The story starts back in 1997, when Tony Blair was new to the job of prime minister. The euro was still three years away from realization, but already Blair was an enthusiast. Brown was skeptical, but he had a problem. Political solidarity required him to support the euro in principle, but his stronger sense of economic reality made him realize that it was a bad idea for the UK. His solution was to endorse the euro subject to the following five tests, which together were vague enough and tough enough that they could never be fully met:
- Is there sufficient convergence between the British economy and that of the euro area, especially with regard to interest rates and the business cycle?
- Would membership in the euro give the UK enough flexibility to cope with a major crisis?
- Would the euro stimulate inward investment?
- Would it help the financial services industry?
- Would it help growth and job creation?
Of the five tests, the last three turned out to be makeweights. At one time or another, Brown conceded that if the first two conditions were met, then the third, fourth, and fifth would hold as well. He even saw some (but never enough) convergence in interest rates and the business cycle. That left flexibility as the key consideration.
Here is how Brown put the matter in a key 2003 speech: “The issue at the present time is, however, being sure that there is structural convergence that is sustainable for the long-term, and we also have to be sure that, if real interest rates or business cycles do diverge, Britain will have the necessary flexibility to sustain stability, growth and employment. . . We do not know whether or how shocks will occur but there are risks.”
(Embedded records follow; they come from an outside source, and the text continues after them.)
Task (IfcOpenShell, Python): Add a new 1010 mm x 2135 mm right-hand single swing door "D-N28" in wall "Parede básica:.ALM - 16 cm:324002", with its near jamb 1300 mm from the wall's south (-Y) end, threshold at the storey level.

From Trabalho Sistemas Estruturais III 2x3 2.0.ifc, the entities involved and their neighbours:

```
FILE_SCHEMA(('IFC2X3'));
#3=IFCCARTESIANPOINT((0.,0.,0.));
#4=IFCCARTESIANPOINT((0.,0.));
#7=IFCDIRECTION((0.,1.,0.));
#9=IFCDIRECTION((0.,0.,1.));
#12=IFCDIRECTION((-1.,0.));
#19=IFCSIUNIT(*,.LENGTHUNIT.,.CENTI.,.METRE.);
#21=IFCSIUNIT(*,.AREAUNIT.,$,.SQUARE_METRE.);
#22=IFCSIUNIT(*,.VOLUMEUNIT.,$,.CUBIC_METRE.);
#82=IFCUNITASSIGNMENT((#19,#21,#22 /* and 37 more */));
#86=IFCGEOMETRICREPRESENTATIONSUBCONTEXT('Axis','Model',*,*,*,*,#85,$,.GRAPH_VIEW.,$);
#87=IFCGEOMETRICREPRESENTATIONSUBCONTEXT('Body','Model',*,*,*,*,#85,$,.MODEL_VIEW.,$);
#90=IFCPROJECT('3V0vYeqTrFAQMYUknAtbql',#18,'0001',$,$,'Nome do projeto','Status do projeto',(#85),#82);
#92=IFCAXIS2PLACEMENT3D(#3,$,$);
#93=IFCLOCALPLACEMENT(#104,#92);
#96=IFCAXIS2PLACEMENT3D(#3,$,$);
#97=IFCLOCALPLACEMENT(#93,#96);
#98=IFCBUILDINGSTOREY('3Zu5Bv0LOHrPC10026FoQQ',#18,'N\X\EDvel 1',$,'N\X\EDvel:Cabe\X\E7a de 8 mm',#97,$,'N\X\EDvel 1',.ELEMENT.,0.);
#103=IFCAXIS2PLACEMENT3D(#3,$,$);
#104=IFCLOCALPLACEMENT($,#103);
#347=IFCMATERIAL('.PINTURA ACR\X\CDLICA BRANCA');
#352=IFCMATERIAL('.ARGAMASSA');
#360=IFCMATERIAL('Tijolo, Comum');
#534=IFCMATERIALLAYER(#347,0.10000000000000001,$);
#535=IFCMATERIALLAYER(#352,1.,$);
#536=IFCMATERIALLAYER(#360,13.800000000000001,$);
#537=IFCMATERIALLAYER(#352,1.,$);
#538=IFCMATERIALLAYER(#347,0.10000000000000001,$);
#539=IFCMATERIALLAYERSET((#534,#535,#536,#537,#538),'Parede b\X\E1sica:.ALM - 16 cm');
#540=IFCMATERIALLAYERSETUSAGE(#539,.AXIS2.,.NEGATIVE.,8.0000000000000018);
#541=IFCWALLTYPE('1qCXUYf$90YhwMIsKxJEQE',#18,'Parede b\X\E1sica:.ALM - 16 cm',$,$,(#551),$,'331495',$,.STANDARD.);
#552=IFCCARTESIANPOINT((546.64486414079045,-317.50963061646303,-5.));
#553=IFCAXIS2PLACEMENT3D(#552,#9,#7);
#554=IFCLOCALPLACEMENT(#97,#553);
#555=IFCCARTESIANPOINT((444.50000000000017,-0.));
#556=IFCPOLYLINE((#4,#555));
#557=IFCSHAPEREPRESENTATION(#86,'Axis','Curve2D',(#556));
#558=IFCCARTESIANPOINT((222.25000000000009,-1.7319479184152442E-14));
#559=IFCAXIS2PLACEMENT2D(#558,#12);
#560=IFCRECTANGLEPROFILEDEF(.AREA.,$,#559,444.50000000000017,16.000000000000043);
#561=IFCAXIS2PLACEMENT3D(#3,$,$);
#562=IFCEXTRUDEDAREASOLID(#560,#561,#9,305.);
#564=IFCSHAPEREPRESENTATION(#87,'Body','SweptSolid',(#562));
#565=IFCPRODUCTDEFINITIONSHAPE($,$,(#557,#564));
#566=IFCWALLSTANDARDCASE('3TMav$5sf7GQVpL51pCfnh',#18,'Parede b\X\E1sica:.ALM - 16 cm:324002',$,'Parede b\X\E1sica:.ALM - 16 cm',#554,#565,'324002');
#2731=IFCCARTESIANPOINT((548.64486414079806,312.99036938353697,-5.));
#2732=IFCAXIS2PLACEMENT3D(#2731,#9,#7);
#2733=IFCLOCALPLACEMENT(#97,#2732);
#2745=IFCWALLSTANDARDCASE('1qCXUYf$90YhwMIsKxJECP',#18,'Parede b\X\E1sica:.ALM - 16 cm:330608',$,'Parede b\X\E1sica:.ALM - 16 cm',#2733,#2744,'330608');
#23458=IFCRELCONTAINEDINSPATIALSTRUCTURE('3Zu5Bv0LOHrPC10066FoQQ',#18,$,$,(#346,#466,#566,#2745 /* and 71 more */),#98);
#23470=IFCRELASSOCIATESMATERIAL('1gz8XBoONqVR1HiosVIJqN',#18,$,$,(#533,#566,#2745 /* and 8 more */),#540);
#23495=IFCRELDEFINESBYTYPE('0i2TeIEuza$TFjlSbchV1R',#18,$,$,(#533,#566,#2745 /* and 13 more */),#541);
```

```python
import numpy as np
import ifcopenshell
import ifcopenshell.api.feature
import ifcopenshell.api.geometry
import ifcopenshell.api.root
import ifcopenshell.api.spatial
import ifcopenshell.api.type
import ifcopenshell.geom
import ifcopenshell.util.element
import ifcopenshell.util.placement
import ifcopenshell.util.representation
import ifcopenshell.util.shape
import ifcopenshell.util.unit

model = ifcopenshell.open("Trabalho Sistemas Estruturais III 2x3 2.0.ifc")
unit_scale = ifcopenshell.util.unit.calculate_unit_scale(model)
settings = ifcopenshell.geom.settings()


def volume(element):
    """Net volume in cubic metres, openings subtracted."""
    shape = ifcopenshell.geom.create_shape(settings, element)
    return ifcopenshell.util.shape.get_volume(shape.geometry)


wall = model.by_id(566)
storey = ifcopenshell.util.element.get_container(wall, ifc_class="IfcBuildingStorey")
context = ifcopenshell.util.representation.get_context(model, "Model", "Body", "MODEL_VIEW")
before = volume(wall)

width, height, from_end, sill = 1.01, 2.135, 1.3, 0.0  # metres

# The wall runs along its own X axis, and the end named is its -X end.
wall_shape = ifcopenshell.geom.create_shape(settings, wall)
x, y, z = ifcopenshell.util.shape.get_vertices(wall_shape.geometry).T
start = x.min() + from_end
face, thickness = float(y.min()), float(y.max() - y.min())
wall_matrix = ifcopenshell.util.placement.get_local_placement(wall.ObjectPlacement)
level = ifcopenshell.util.placement.get_local_placement(storey.ObjectPlacement)[2, 3]


def in_wall(x, y):
    """Placement at x, y metres in the wall's axes, at sill height."""
    matrix = wall_matrix.copy()
    matrix[:, 3] = wall_matrix @ np.array([x / unit_scale, y / unit_scale, 0.0, 1.0])
    matrix[2, 3] = level + sill / unit_scale
    return matrix


# Opening: a box that overshoots both wall faces by 50 mm.
opening = ifcopenshell.api.root.create_entity(model, ifc_class="IfcOpeningElement")
box = ifcopenshell.api.geometry.add_wall_representation(
    model, context=context, length=width, height=height, thickness=thickness + 0.1
)
ifcopenshell.api.geometry.assign_representation(model, product=opening, representation=box)
ifcopenshell.api.geometry.edit_object_placement(model, product=opening, matrix=in_wall(start, face - 0.05), is_si=False)
ifcopenshell.api.feature.add_feature(model, feature=opening, element=wall)

door = ifcopenshell.api.root.create_entity(model, ifc_class="IfcDoor", name="D-N28")
door.OverallWidth, door.OverallHeight = width / unit_scale, height / unit_scale
body = ifcopenshell.api.geometry.add_door_representation(
    model,
    context=context,
    overall_width=door.OverallWidth,
    overall_height=door.OverallHeight,
    operation_type="SINGLE_SWING_RIGHT",
    lining_properties={"LiningDepth": thickness / unit_scale, "ThresholdDepth": thickness / unit_scale},
)
ifcopenshell.api.geometry.assign_representation(model, product=door, representation=body)
ifcopenshell.api.spatial.assign_container(model, products=[door], relating_structure=storey)
fills = ifcopenshell.api.feature.add_filling(model, opening=opening, element=door)
fills.OwnerHistory = door.OwnerHistory  # required in IFC2X3

# IFC2X3 keeps the operation on the door style.
style = ifcopenshell.api.root.create_entity(model, ifc_class="IfcDoorStyle", name="D-N28")
style.OperationType, style.ConstructionType = "SINGLE_SWING_RIGHT", "NOTDEFINED"
style.ParameterTakesPrecedence = style.Sizeable = False
ifcopenshell.api.type.assign_type(model, related_objects=[door], relating_type=style)

# The lining spans the wall, so the door starts at the wall face.
ifcopenshell.api.geometry.edit_object_placement(model, product=door, matrix=in_wall(start, face), is_si=False)

after = volume(wall)

print(f"wall volume {before:.3f} -> {after:.3f} m3")

model.write("Trabalho Sistemas Estruturais III 2x3 2.0_rev.ifc")
```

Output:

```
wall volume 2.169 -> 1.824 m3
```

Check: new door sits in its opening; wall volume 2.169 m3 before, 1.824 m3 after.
Presciently, he identified the housing market and inflation as two of the greatest risks. Fast forward to 2007. The UK housing bubble collapsed, bringing down several financial institutions, the first of which, in the fall of 2007, was Northern Rock. It soon became evident that the crisis was world wide. With the British financial system teetering on the brink, how did the government use its precious flexibility? The answer is clear from the following charts, which show the development of interest rates, inflation, and exchange rates.
First, interest rates. Within the euro, there can be only one policy rate, set by the European Central Bank (ECB). Until the Greek sovereign debt crisis began to raise the risk of sovereign default, other major interest rates moved closely together throughout the euro area. As the chart shows, the Bank of England (BoE), which had held interest rates above those of the ECB going into the crisis, began lowering them at the end of 2007. At first the easing was gradual, but it accelerated toward the end of 2008. By November of that year, British rates were below those of the euro area, where the ECB was still treating inflation as the main threat.
The decrease in British interest rates, together with other factors, soon began to affect exchange rates. From 2007 to 2009, the nominal exchange rate fell from 1.4 euros per pound almost to par. It has recovered only slightly since. Needless to say, if the UK had joined the euro before the crisis, the nominal exchange rate could not have changed at all.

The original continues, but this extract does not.